The astronomers determined that while the star-facing side of HD 80606b boils up to 2,060 degrees Fahrenheit (1,127 degrees Celsius) during the swingby, these roasting temperatures are short-lived.
Surprisingly, they found that the planet cools in fewer than 10 hours as it orbits away, reaching temperatures so cold that it becomes invisible to Spitzer for the rest of its orbit.
Astronomers think that hot Jupiters start out in circular orbits similar to Jupiter’s, far away from their stars.
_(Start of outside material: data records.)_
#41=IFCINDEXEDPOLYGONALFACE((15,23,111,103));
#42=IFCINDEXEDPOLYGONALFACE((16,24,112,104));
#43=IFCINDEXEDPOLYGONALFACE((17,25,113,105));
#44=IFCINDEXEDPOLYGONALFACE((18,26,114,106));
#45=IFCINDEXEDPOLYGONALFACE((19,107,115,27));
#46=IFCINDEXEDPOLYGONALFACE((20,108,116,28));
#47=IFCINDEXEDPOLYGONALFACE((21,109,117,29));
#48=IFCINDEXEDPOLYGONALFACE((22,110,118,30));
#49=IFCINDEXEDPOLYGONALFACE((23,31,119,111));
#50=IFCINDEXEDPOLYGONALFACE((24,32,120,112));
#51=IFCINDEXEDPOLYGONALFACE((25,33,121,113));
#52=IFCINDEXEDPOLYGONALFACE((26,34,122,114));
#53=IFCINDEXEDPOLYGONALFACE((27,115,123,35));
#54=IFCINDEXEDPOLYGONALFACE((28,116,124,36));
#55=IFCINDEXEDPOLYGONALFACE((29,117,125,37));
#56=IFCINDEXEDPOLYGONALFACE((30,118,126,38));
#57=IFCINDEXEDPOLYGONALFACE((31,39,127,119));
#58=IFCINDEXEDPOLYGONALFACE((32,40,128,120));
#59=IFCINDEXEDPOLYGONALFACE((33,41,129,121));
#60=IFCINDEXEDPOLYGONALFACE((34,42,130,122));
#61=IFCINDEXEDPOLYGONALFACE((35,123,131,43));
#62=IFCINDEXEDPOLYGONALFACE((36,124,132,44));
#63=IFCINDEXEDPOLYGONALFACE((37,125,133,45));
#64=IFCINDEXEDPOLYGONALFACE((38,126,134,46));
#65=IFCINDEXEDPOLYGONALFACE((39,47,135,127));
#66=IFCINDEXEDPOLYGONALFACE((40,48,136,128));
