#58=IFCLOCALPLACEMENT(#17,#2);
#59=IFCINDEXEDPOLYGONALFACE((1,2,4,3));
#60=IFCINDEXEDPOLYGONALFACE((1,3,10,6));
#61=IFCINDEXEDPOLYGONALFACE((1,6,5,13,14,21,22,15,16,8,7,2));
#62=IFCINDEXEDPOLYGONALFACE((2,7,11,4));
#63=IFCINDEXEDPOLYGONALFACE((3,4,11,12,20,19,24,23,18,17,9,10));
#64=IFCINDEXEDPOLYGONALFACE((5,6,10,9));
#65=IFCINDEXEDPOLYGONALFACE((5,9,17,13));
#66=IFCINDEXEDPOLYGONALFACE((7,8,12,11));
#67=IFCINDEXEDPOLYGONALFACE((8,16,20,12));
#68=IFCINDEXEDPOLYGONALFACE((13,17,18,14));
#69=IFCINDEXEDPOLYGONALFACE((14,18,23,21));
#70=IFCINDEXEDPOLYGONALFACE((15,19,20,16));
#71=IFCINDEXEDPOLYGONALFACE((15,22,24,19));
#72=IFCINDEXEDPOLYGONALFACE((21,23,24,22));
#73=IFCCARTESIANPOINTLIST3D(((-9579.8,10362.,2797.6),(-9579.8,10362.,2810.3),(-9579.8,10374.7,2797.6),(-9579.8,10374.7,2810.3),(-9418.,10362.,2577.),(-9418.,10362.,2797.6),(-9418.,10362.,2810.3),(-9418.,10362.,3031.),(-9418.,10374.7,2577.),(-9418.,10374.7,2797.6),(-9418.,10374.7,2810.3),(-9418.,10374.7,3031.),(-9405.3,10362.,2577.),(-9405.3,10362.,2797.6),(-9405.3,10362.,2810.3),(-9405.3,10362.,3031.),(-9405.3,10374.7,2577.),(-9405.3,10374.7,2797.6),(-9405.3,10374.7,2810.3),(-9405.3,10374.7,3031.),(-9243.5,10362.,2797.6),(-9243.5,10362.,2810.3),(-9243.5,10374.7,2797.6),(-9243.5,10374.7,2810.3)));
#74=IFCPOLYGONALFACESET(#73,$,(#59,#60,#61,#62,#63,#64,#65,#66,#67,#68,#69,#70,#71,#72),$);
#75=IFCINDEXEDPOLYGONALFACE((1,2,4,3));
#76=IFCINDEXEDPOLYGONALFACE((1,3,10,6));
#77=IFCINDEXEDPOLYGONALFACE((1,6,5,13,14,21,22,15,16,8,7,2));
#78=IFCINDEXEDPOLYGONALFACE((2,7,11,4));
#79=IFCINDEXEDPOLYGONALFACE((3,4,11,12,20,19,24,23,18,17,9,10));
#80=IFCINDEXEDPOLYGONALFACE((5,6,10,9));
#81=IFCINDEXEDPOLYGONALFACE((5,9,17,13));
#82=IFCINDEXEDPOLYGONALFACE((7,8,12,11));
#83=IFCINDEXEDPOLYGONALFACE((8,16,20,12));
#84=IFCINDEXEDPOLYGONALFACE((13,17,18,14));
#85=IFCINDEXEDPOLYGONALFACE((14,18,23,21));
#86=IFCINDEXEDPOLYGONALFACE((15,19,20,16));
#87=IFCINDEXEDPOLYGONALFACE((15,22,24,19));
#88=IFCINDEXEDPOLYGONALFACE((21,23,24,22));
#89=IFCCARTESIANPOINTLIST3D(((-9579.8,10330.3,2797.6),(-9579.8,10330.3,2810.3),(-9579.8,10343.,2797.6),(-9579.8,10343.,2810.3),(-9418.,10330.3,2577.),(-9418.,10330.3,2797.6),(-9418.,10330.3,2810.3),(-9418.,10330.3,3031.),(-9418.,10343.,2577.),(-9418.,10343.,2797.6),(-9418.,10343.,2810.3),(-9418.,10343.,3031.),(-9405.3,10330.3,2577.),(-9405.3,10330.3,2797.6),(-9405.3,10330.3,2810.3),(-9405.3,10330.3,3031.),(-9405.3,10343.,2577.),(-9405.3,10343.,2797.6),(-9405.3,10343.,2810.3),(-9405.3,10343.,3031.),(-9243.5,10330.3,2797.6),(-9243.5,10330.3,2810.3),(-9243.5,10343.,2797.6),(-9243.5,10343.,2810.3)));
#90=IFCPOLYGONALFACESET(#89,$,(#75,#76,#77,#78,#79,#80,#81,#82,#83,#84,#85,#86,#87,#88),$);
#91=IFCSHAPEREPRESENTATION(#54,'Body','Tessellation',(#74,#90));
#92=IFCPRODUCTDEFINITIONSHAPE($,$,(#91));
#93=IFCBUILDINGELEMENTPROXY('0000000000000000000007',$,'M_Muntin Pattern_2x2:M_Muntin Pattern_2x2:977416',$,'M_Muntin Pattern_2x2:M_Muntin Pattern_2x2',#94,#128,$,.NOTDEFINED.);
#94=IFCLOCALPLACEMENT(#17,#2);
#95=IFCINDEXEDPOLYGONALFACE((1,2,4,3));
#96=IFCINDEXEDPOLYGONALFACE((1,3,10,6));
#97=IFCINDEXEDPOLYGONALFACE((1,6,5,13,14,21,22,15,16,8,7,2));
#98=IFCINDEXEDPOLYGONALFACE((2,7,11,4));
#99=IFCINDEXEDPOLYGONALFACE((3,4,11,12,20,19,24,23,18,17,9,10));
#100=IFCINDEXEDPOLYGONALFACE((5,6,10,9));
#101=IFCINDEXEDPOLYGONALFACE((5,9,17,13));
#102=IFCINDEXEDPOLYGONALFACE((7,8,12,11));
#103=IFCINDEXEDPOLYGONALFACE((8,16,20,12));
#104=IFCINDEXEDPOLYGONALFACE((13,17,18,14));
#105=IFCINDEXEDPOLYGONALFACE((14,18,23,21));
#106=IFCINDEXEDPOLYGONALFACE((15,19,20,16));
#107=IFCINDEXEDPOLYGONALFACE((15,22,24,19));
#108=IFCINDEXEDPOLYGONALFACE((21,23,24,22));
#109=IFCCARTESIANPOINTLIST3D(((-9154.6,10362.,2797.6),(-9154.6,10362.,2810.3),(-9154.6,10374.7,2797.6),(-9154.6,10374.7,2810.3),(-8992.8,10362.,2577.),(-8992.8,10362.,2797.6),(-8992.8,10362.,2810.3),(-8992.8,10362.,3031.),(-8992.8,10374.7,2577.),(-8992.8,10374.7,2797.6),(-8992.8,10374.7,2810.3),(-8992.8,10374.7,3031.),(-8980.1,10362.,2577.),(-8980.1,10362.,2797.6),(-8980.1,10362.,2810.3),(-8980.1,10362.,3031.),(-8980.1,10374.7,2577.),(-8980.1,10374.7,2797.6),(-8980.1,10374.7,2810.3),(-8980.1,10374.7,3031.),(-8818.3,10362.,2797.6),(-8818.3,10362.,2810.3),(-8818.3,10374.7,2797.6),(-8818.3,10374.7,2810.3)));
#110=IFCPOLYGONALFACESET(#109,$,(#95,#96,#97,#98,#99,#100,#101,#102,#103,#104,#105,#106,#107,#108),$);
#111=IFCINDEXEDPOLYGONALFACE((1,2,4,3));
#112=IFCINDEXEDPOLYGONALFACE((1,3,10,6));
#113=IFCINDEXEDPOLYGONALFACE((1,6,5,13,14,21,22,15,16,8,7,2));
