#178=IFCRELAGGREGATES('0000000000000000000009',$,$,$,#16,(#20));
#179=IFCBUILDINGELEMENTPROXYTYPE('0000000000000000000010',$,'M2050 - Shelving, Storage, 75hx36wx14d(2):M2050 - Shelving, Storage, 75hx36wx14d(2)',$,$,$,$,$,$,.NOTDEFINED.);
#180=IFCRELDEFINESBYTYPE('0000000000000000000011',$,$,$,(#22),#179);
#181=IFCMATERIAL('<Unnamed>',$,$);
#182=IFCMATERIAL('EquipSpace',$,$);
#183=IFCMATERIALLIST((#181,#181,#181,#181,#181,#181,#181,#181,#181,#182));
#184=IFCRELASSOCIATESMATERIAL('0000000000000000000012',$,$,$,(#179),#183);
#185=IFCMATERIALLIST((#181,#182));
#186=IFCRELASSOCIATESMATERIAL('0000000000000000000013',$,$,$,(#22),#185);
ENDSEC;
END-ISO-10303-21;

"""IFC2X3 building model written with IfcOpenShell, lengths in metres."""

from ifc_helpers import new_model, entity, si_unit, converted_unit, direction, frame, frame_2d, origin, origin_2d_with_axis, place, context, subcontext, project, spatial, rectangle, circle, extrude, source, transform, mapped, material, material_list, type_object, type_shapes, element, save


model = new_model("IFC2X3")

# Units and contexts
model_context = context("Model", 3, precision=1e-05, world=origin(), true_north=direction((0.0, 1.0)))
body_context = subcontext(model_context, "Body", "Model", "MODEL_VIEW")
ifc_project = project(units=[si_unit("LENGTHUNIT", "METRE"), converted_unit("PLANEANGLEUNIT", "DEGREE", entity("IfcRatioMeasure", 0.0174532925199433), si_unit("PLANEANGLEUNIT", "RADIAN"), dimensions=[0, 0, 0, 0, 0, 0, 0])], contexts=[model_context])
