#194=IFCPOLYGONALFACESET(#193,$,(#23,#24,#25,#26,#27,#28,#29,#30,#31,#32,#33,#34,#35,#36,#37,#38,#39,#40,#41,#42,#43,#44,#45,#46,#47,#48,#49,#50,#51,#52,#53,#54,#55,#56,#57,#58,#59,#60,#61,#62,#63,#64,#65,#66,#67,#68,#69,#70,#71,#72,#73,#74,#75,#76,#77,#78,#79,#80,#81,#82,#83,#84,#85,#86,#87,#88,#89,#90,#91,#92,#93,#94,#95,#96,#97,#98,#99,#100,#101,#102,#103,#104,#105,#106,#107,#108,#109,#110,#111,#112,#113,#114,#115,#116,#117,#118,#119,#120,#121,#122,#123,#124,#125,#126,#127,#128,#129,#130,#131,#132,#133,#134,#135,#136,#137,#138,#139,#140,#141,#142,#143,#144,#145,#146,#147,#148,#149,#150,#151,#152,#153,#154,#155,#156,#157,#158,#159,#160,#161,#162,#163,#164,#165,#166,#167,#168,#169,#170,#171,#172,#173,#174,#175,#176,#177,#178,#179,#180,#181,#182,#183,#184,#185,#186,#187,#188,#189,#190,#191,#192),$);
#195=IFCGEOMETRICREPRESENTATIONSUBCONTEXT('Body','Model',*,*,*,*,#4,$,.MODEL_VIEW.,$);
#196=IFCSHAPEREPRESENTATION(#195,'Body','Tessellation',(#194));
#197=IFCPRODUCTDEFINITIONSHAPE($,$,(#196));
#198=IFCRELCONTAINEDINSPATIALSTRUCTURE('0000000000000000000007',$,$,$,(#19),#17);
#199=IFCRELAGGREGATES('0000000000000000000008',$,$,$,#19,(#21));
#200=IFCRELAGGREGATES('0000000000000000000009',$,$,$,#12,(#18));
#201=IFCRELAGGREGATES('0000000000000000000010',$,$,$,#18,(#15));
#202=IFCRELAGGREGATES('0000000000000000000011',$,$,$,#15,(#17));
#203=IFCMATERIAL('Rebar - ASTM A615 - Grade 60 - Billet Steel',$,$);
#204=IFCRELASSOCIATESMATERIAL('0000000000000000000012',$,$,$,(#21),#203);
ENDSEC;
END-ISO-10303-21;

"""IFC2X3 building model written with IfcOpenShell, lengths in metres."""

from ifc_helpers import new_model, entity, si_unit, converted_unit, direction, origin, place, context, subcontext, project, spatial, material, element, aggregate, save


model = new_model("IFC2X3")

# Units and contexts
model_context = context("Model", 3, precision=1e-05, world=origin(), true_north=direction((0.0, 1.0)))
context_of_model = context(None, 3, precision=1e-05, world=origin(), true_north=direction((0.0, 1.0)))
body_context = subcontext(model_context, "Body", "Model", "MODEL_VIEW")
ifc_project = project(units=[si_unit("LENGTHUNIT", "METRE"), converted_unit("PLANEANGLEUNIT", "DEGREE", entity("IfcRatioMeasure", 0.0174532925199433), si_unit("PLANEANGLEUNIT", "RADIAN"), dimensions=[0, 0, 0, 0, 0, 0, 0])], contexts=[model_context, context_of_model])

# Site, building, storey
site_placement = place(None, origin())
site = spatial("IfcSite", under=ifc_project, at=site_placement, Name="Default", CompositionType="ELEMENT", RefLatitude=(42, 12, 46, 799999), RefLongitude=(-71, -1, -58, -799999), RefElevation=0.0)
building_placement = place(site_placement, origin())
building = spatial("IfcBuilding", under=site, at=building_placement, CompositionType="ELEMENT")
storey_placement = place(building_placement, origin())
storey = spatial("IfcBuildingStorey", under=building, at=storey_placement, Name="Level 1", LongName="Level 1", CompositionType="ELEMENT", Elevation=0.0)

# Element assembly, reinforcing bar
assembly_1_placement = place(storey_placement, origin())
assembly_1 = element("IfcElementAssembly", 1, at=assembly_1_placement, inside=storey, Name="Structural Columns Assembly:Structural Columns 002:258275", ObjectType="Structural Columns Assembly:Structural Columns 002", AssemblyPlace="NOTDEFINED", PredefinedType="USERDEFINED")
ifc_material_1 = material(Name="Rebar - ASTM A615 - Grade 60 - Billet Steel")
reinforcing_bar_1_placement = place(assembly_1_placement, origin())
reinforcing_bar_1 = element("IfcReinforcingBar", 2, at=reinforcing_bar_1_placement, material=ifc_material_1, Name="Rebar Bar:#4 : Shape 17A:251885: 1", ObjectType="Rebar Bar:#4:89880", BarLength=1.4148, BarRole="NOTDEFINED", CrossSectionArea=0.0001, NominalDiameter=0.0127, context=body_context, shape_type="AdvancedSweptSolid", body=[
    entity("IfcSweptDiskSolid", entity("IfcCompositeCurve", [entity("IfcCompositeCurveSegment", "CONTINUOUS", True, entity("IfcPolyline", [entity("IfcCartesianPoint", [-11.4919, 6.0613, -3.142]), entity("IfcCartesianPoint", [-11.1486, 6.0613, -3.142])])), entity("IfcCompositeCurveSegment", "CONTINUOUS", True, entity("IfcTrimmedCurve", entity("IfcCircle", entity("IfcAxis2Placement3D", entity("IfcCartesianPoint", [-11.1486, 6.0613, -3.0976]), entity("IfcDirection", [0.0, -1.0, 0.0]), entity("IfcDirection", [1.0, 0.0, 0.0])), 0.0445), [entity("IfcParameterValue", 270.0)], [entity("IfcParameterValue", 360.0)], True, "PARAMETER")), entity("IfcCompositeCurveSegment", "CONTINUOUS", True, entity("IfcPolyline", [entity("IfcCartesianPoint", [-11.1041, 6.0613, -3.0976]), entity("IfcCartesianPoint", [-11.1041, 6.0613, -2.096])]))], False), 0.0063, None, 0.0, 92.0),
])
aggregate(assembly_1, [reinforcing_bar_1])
At some point, something large and massive like a nearby star pushes them into eccentric orbits.
These exoplanets are then squeezed by their host stars’ gravity every time they whip close by.
During every close encounter, a fraction of the gravitational energy used to squeeze the planets is dissipated as heat, slowly reducing the eccentricity of the planets’ orbits, which eventually end up tight and circular – a process known as circularization.
How long the circularization phase lasts depends on how ‘squishy’ or pliable the planet is, given its interior properties.
However, the new observations of HD 80606b suggest that the exoplanet is not as squishy as expected.
Therefore, the planet is not migrating as fast as previously thought and may maintain its highly eccentric orbit for another 10 billion years or more.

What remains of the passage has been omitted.